** YOUR GOAL **
Every line in the data below from the one containing "#10=IFCLOCALPLACEMENT($,#4);" down to the one containing "#27=IFCINDEXEDPOLYGONALFACE((1,5,6,2));", both included, must be retyped exactly; no other line is to appear.

** SOURCE MATERIAL **
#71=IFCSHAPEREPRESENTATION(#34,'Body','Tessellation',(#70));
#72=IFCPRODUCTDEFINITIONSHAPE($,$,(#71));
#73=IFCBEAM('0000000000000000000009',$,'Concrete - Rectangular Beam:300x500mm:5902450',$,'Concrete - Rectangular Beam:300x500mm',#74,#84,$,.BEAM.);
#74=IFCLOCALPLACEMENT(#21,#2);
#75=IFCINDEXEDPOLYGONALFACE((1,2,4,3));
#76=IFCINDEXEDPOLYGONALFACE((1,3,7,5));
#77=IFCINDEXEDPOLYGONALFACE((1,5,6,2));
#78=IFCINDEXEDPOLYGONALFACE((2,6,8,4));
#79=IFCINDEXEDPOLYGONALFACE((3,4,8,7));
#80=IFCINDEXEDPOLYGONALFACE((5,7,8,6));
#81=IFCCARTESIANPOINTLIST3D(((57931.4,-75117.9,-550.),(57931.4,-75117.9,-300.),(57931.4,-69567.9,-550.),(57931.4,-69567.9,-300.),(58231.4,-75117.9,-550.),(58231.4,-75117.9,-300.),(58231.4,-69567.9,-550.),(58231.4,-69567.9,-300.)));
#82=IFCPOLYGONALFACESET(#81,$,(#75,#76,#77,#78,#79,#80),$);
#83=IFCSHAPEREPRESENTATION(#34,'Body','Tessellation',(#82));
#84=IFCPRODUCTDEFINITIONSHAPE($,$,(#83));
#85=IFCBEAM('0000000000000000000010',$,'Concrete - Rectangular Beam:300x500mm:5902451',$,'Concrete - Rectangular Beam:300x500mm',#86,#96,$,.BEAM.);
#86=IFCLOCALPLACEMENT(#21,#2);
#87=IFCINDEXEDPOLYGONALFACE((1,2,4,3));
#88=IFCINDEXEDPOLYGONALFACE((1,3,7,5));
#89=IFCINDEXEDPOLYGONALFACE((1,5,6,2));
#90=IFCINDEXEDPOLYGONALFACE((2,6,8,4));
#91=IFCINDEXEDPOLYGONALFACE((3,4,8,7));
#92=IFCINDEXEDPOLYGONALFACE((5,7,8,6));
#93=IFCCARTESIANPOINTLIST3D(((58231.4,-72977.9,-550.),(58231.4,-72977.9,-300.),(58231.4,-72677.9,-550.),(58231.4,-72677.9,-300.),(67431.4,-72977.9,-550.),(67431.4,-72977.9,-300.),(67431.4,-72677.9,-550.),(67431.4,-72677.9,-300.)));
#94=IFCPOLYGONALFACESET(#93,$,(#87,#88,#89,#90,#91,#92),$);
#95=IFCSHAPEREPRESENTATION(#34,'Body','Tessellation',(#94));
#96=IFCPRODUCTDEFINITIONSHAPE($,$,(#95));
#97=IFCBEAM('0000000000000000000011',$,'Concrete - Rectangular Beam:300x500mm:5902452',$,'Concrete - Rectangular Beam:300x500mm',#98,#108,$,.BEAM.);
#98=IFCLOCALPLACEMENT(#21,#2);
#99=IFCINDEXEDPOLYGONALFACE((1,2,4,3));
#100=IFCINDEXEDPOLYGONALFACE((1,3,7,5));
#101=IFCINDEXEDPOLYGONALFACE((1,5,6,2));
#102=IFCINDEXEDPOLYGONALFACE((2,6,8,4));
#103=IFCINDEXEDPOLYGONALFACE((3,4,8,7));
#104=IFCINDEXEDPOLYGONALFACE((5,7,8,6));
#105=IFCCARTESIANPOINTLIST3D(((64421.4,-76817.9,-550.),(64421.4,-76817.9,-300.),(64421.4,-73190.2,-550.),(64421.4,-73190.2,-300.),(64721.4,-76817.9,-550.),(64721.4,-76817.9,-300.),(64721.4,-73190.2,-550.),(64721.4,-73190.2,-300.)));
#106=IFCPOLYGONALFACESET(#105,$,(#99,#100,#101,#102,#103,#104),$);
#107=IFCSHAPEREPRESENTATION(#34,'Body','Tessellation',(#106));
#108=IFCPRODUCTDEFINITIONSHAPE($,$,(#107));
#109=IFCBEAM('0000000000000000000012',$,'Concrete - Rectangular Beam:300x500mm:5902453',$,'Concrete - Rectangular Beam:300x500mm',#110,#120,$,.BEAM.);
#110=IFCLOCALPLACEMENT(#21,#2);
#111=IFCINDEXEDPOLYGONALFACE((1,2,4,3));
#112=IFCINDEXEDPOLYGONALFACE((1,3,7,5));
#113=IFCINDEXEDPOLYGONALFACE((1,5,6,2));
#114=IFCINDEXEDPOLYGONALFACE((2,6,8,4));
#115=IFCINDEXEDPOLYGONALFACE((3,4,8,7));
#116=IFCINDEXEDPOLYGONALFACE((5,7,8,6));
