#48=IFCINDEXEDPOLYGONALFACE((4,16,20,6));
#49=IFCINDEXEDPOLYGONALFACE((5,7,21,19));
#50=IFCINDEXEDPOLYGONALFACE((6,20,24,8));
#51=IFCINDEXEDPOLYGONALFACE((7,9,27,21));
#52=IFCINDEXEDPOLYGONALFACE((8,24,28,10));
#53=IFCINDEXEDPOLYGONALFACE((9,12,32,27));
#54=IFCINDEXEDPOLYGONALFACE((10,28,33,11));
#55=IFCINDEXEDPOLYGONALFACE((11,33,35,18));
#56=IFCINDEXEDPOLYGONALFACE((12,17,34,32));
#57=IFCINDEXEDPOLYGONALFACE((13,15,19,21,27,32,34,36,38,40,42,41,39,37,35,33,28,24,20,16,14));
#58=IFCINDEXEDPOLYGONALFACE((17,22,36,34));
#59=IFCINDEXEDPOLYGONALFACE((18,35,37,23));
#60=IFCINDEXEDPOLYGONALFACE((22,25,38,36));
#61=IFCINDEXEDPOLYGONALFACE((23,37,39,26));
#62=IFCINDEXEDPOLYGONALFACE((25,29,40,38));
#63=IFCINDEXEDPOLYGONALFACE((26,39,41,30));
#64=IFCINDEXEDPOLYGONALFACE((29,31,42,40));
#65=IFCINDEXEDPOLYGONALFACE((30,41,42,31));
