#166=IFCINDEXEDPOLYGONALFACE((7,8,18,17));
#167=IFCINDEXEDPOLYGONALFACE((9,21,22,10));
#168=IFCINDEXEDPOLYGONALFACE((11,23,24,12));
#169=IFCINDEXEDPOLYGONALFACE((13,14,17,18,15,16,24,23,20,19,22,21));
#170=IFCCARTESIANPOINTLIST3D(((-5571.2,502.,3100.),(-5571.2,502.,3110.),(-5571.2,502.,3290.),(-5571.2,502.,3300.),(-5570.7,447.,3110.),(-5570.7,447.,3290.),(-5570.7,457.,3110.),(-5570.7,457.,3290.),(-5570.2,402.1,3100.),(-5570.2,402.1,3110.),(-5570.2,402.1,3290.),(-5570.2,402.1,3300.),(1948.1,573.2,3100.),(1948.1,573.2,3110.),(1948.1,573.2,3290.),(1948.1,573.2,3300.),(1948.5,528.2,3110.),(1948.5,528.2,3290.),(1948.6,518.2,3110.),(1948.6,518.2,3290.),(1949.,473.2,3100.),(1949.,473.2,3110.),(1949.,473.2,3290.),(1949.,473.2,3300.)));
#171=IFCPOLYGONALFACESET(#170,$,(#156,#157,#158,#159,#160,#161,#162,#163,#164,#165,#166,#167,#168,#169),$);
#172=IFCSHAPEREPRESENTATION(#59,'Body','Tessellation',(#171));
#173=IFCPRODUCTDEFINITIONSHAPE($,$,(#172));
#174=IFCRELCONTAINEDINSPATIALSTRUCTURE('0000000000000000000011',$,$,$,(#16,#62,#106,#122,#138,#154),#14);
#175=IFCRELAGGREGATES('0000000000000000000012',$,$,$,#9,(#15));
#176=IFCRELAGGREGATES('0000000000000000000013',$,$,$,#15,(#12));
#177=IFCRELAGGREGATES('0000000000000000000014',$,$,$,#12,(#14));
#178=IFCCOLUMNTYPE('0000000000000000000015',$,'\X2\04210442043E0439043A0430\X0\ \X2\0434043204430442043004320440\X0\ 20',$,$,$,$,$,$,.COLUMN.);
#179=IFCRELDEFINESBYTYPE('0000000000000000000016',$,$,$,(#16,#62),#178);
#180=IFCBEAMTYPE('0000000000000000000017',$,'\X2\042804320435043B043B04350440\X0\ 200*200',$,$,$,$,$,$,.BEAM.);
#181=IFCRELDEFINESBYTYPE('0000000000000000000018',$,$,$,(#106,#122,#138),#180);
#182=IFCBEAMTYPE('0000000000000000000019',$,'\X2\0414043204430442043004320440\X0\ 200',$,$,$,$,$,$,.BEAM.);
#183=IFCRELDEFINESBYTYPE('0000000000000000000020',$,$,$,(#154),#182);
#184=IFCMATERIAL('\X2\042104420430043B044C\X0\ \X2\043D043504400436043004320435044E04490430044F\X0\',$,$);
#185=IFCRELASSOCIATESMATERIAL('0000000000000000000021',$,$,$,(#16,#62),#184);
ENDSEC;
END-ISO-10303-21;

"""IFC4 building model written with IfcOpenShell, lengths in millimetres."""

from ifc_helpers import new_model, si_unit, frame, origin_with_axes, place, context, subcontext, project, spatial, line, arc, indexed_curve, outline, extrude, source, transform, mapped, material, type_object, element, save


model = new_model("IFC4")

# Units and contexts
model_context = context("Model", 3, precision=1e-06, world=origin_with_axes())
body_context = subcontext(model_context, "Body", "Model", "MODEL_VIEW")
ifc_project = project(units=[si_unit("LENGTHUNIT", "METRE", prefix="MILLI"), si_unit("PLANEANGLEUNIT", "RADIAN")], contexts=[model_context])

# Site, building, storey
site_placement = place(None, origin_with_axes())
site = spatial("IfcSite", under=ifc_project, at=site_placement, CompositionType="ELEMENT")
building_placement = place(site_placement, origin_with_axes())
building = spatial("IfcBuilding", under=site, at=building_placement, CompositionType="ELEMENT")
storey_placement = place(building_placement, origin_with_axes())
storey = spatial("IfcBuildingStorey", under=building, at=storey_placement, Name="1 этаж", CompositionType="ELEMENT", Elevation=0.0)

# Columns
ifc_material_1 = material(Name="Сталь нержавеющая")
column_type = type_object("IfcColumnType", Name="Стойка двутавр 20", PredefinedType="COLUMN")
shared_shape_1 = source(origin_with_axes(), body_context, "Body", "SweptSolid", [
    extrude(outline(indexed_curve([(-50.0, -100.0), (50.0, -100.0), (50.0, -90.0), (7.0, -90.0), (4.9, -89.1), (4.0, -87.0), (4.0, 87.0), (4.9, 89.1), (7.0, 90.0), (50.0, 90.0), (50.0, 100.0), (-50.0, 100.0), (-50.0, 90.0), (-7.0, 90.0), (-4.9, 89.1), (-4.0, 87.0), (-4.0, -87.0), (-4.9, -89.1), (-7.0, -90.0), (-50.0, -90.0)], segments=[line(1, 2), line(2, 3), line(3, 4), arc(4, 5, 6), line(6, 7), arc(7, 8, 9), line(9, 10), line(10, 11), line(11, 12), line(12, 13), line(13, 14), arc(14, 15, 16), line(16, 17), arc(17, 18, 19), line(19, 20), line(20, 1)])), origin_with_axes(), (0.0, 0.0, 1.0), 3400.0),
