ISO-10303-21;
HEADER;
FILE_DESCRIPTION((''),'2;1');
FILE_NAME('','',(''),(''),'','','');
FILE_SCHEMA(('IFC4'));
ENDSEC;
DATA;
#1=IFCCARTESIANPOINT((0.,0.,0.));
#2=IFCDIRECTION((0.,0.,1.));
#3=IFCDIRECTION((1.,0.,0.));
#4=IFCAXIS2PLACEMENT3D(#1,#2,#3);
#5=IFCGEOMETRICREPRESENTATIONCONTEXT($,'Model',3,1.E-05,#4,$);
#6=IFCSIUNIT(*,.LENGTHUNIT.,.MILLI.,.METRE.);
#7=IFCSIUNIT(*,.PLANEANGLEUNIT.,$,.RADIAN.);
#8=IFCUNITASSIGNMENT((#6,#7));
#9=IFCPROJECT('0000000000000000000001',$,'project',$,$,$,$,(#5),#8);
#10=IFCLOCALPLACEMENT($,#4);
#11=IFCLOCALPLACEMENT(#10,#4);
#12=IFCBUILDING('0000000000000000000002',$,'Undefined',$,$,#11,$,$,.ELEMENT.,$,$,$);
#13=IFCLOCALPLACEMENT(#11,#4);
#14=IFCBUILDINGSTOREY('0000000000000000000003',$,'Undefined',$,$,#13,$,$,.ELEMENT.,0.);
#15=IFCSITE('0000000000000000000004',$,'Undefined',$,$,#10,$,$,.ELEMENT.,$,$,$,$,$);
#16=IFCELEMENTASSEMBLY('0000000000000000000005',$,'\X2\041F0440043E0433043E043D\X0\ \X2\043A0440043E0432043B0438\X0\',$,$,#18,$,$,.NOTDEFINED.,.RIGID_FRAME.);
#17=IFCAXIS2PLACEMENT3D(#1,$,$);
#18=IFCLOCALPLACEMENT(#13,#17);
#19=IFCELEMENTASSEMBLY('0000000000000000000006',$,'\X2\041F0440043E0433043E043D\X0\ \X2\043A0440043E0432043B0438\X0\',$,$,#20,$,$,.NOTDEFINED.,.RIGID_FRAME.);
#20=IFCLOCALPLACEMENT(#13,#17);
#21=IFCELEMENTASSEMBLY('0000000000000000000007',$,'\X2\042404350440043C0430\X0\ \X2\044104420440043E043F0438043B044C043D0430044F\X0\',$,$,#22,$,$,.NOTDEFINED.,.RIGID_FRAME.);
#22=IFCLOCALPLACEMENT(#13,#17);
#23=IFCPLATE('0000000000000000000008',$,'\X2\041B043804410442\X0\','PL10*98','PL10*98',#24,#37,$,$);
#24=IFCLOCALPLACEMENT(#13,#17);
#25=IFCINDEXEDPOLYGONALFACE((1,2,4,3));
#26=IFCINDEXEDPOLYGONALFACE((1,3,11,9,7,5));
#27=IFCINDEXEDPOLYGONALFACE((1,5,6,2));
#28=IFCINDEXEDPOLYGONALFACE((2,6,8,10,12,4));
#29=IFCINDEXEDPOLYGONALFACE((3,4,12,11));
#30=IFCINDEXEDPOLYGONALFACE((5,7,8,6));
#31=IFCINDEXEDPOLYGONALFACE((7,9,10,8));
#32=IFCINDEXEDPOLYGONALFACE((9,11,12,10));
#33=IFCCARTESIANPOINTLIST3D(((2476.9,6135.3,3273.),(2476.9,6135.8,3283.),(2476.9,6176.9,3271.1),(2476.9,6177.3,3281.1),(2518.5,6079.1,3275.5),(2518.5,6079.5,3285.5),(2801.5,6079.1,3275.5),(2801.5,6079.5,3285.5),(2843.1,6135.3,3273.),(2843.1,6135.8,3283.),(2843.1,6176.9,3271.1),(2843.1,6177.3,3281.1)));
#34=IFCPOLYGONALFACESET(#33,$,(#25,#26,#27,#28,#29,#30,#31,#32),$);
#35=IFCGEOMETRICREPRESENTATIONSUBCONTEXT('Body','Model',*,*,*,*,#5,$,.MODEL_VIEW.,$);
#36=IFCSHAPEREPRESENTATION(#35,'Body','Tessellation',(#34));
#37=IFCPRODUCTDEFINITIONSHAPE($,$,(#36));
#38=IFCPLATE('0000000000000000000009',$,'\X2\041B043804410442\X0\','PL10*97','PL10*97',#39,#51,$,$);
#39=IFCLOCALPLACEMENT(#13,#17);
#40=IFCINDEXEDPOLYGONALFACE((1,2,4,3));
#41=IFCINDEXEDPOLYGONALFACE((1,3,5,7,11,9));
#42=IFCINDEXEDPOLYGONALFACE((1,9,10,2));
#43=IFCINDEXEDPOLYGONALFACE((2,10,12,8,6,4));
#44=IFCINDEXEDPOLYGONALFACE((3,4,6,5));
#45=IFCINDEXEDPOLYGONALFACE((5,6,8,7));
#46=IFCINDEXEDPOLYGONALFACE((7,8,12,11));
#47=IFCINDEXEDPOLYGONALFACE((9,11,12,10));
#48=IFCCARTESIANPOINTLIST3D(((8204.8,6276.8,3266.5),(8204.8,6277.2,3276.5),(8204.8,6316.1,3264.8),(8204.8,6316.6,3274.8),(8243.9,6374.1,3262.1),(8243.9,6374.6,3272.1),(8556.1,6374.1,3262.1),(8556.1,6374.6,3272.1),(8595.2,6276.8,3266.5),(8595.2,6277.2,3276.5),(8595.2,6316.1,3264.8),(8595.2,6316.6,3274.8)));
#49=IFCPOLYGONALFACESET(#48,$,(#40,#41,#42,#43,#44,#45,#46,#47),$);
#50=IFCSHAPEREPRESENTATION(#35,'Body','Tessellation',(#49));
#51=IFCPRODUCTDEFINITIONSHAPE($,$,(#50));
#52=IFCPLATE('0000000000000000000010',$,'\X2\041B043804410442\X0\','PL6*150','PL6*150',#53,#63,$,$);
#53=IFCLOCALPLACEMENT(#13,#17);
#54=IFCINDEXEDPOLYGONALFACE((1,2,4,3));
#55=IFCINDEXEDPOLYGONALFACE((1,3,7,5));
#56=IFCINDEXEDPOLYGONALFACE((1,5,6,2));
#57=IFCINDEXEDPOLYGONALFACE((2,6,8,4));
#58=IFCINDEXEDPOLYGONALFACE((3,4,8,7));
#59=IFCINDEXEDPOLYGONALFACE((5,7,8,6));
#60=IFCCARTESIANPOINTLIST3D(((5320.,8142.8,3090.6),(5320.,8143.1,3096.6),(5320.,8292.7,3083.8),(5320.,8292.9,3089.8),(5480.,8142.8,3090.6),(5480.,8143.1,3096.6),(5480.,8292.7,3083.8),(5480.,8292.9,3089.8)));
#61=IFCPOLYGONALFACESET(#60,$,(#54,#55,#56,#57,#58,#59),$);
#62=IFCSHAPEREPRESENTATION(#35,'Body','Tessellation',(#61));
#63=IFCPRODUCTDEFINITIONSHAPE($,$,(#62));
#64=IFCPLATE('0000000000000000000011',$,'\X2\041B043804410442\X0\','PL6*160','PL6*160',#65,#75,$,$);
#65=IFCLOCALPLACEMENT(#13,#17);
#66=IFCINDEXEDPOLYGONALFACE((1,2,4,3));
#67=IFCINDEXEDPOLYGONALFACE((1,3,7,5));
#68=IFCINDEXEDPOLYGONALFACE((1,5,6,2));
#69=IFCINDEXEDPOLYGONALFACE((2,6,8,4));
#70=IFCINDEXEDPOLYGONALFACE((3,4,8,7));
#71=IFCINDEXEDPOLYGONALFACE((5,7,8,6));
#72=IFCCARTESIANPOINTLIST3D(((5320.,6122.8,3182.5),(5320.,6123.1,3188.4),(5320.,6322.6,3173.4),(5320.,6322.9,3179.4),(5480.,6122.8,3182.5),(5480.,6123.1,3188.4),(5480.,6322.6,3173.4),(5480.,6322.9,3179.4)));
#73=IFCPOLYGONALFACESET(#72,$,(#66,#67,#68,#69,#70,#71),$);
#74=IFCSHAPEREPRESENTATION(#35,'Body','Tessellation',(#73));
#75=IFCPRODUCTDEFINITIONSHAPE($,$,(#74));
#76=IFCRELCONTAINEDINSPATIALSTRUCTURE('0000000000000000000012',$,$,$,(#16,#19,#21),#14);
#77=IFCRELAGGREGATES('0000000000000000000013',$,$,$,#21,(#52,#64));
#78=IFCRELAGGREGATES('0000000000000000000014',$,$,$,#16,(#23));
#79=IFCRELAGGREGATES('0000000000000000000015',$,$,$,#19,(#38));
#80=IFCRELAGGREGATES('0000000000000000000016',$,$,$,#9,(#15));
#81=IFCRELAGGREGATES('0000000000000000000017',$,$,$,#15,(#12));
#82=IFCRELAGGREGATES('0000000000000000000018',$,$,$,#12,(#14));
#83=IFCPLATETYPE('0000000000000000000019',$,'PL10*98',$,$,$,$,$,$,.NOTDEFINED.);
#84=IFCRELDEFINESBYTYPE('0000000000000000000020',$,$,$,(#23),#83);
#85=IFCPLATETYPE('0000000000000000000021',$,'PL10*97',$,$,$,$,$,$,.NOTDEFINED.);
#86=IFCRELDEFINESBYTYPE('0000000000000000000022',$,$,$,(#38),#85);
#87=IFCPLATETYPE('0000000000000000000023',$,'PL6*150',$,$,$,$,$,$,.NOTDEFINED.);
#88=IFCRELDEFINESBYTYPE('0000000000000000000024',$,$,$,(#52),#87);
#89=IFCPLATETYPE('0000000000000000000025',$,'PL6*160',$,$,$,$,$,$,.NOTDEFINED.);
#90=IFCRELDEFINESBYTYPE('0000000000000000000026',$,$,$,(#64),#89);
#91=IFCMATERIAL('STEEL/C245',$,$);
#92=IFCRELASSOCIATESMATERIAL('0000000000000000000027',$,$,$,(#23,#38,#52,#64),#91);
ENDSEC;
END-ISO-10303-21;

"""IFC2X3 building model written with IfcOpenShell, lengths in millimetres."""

from ifc_helpers import new_model, si_unit, frame, origin_with_axes, place, context, subcontext, project, spatial, polyline, outline, extrude, material, type_object, element, aggregate, save


model = new_model("IFC2X3")

# Units and contexts
model_context = context("Model", 3, precision=1e-05, world=origin_with_axes())
body_context = subcontext(model_context, "Body", "Model", "MODEL_VIEW")
ifc_project = project(units=[si_unit("LENGTHUNIT", "METRE", prefix="MILLI"), si_unit("PLANEANGLEUNIT", "RADIAN")], contexts=[model_context])

# Site, building, storey
site_placement = place(None, origin_with_axes())
site = spatial("IfcSite", under=ifc_project, at=site_placement, Name="Undefined", CompositionType="ELEMENT")
building_placement = place(site_placement, origin_with_axes())
building = spatial("IfcBuilding", under=site, at=building_placement, Name="Undefined", CompositionType="ELEMENT")
storey_placement = place(building_placement, origin_with_axes())
storey = spatial("IfcBuildingStorey", under=building, at=storey_placement, Name="Undefined", CompositionType="ELEMENT", Elevation=0.0)

# Shared definitions
ifc_material_1 = material(Name="STEEL/C245")

# Element assemblies
assembly_1_placement = place(storey_placement, origin_with_axes())
assembly_1 = element("IfcElementAssembly", 1, at=assembly_1_placement, inside=storey, Name="Прогон кровли", AssemblyPlace="NOTDEFINED", PredefinedType="RIGID_FRAME")
assembly_2_placement = place(storey_placement, origin_with_axes())
assembly_2 = element("IfcElementAssembly", 2, at=assembly_2_placement, inside=storey, Name="Прогон кровли", AssemblyPlace="NOTDEFINED", PredefinedType="RIGID_FRAME")

# Element assembly
assembly_3_placement = place(storey_placement, origin_with_axes())
assembly_3 = element("IfcElementAssembly", 3, at=assembly_3_placement, inside=storey, Name="Ферма стропильная", AssemblyPlace="NOTDEFINED", PredefinedType="RIGID_FRAME")

# Plates
plate_type_1 = type_object("IfcPlateType", Name="PL10*98", PredefinedType="NOTDEFINED")
plate_1_placement = place(assembly_1_placement, frame((2843.1, 6177.1, 3276.1), z_axis=(0.0, -0.045408, -0.998969), x_axis=(0.0, -0.998969, 0.045408)))
plate_1 = element("IfcPlate", 4, at=plate_1_placement, type_object=plate_type_1, material=ifc_material_1, Name="Лист", Description="PL10*98", ObjectType="PL10*98", context=body_context, shape_type="SweptSolid", body=[
    extrude(outline(polyline([(0.0, 0.0), (41.6, 0.0), (97.9, 41.6), (97.9, 324.6), (41.6, 366.1), (0.0, 366.1), (0.0, 0.0)])), frame((0.0, 0.0, -5.0), z_axis=(0.0, 0.0, 1.0), x_axis=(1.0, 0.0, 0.0)), (0.0, 0.0, 1.0), 10.0),
])
plate_type_2 = type_object("IfcPlateType", Name="PL10*97", PredefinedType="NOTDEFINED")
plate_2_placement = place(assembly_2_placement, frame((8204.8, 6277.0, 3271.5), z_axis=(0.0, -0.045408, -0.998969), x_axis=(0.0, 0.998969, -0.045408)))
plate_2 = element("IfcPlate", 5, at=plate_2_placement, type_object=plate_type_2, material=ifc_material_1, Name="Лист", Description="PL10*97", ObjectType="PL10*97", context=body_context, shape_type="SweptSolid", body=[
    extrude(outline(polyline([(0.0, 0.0), (39.4, 0.0), (97.4, 39.1), (97.4, 351.4), (39.4, 390.5), (0.0, 390.5), (0.0, 0.0)])), frame((0.0, 0.0, -5.0), z_axis=(0.0, 0.0, 1.0), x_axis=(1.0, 0.0, 0.0)), (0.0, 0.0, 1.0), 10.0),
])
plate_type_3 = type_object("IfcPlateType", Name="PL6*150", PredefinedType="NOTDEFINED")
plate_3_placement = place(assembly_3_placement, frame((5480.0, 8142.9, 3093.6), z_axis=(0.0, -0.045408, -0.998969), x_axis=(-1.0, 0.0, 0.0)))
plate_3 = element("IfcPlate", 6, at=plate_3_placement, type_object=plate_type_3, material=ifc_material_1, Name="Лист", Description="PL6*150", ObjectType="PL6*150", context=body_context, shape_type="SweptSolid", body=[
    extrude(outline(polyline([(0.0, 0.0), (160.0, 0.0), (160.0, 150.0), (0.0, 150.0), (0.0, 0.0)])), frame((0.0, 0.0, -3.0), z_axis=(0.0, 0.0, 1.0), x_axis=(1.0, 0.0, 0.0)), (0.0, 0.0, 1.0), 6.0),
])
plate_type_4 = type_object("IfcPlateType", Name="PL6*160", PredefinedType="NOTDEFINED")
plate_4_placement = place(assembly_3_placement, frame((5480.0, 6122.9, 3185.5), z_axis=(0.0, -0.045408, -0.998969), x_axis=(-1.0, 0.0, 0.0)))
plate_4 = element("IfcPlate", 7, at=plate_4_placement, type_object=plate_type_4, material=ifc_material_1, Name="Лист", Description="PL6*160", ObjectType="PL6*160", context=body_context, shape_type="SweptSolid", body=[
    extrude(outline(polyline([(0.0, 0.0), (160.0, 0.0), (160.0, 200.0), (0.0, 200.0), (0.0, 0.0)])), frame((0.0, 0.0, -3.0), z_axis=(0.0, 0.0, 1.0), x_axis=(1.0, 0.0, 0.0)), (0.0, 0.0, 1.0), 6.0),
])
aggregate(assembly_3, [plate_3, plate_4])

aggregate(assembly_1, [plate_1])
aggregate(assembly_2, [plate_2])

save(model, "model.ifc")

** PROBLEM SOLUTION **
#10=IFCLOCALPLACEMENT($,#4);
#11=IFCLOCALPLACEMENT(#10,#4);
#12=IFCBUILDING('0000000000000000000002',$,'Undefined',$,$,#11,$,$,.ELEMENT.,$,$,$);
#13=IFCLOCALPLACEMENT(#11,#4);
#14=IFCBUILDINGSTOREY('0000000000000000000003',$,'Undefined',$,$,#13,$,$,.ELEMENT.,0.);
#15=IFCSITE('0000000000000000000004',$,'Undefined',$,$,#10,$,$,.ELEMENT.,$,$,$,$,$);
#16=IFCELEMENTASSEMBLY('0000000000000000000005',$,'\X2\041F0440043E0433043E043D\X0\ \X2\043A0440043E0432043B0438\X0\',$,$,#18,$,$,.NOTDEFINED.,.RIGID_FRAME.);
#17=IFCAXIS2PLACEMENT3D(#1,$,$);
#18=IFCLOCALPLACEMENT(#13,#17);
#19=IFCELEMENTASSEMBLY('0000000000000000000006',$,'\X2\041F0440043E0433043E043D\X0\ \X2\043A0440043E0432043B0438\X0\',$,$,#20,$,$,.NOTDEFINED.,.RIGID_FRAME.);
#20=IFCLOCALPLACEMENT(#13,#17);
#21=IFCELEMENTASSEMBLY('0000000000000000000007',$,'\X2\042404350440043C0430\X0\ \X2\044104420440043E043F0438043B044C043D0430044F\X0\',$,$,#22,$,$,.NOTDEFINED.,.RIGID_FRAME.);
#22=IFCLOCALPLACEMENT(#13,#17);
#23=IFCPLATE('0000000000000000000008',$,'\X2\041B043804410442\X0\','PL10*98','PL10*98',#24,#37,$,$);
#24=IFCLOCALPLACEMENT(#13,#17);
#25=IFCINDEXEDPOLYGONALFACE((1,2,4,3));
#26=IFCINDEXEDPOLYGONALFACE((1,3,11,9,7,5));
#27=IFCINDEXEDPOLYGONALFACE((1,5,6,2));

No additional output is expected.